On March 29, 2022, López was claimed off of waivers for a third time, by the New York Mets. On May 2, López was suspended 3 games and fined following an incident in which he intentionally threw a pitch at Philadelphia Phillies batter Kyle Schwarber.

He was released on December 21, 2022.

===Yomiuri Giants===
On December 22, 2022, López signed with the Yomiuri Giants of Nippon Professional Baseball. In 8 games for the Giants in 2023, he pitched to a 4.05 ERA with 2 strikeouts in 6 2/3 innings pitched. On November 27, 2023, Yomiuri announced that López would not be returning to the club the following year.
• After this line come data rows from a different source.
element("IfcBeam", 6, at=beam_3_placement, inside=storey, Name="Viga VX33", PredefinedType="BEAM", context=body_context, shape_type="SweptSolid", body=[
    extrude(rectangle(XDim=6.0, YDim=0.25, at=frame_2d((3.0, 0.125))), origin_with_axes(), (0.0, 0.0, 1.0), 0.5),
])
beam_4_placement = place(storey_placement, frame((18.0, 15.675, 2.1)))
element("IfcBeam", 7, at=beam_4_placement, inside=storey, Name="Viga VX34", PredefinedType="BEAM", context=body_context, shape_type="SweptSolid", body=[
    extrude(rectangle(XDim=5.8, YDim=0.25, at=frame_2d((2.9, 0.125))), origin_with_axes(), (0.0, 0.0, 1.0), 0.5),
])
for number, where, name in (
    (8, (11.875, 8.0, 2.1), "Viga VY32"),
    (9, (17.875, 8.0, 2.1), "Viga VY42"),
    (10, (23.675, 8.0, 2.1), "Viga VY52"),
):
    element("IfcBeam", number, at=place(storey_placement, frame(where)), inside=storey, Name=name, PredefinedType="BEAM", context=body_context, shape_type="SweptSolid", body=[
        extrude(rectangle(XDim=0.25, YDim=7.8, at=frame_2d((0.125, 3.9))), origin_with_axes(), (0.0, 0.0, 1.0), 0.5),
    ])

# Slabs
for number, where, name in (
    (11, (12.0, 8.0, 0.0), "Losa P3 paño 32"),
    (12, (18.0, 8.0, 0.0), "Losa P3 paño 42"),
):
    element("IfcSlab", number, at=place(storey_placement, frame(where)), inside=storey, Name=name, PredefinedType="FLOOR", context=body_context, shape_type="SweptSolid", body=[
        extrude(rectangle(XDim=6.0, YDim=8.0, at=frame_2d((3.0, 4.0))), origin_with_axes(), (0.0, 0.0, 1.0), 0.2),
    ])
===Algodoneros de Unión Laguna===
On February 26, 2024, López signed with the Algodoneros de Unión Laguna of the Mexican League. In 49 appearances for the Algodoneros, he compiled a 4–1 record and 1.18 ERA with 54 strikeouts and 3 saves across 53 1/3 innings pitched.

López re-signed with Laguna for a second season in 2025. In 45 games 46 innings of relief he went 2-3 with a 4.89 ERA with 43 strikeouts and 19 saves.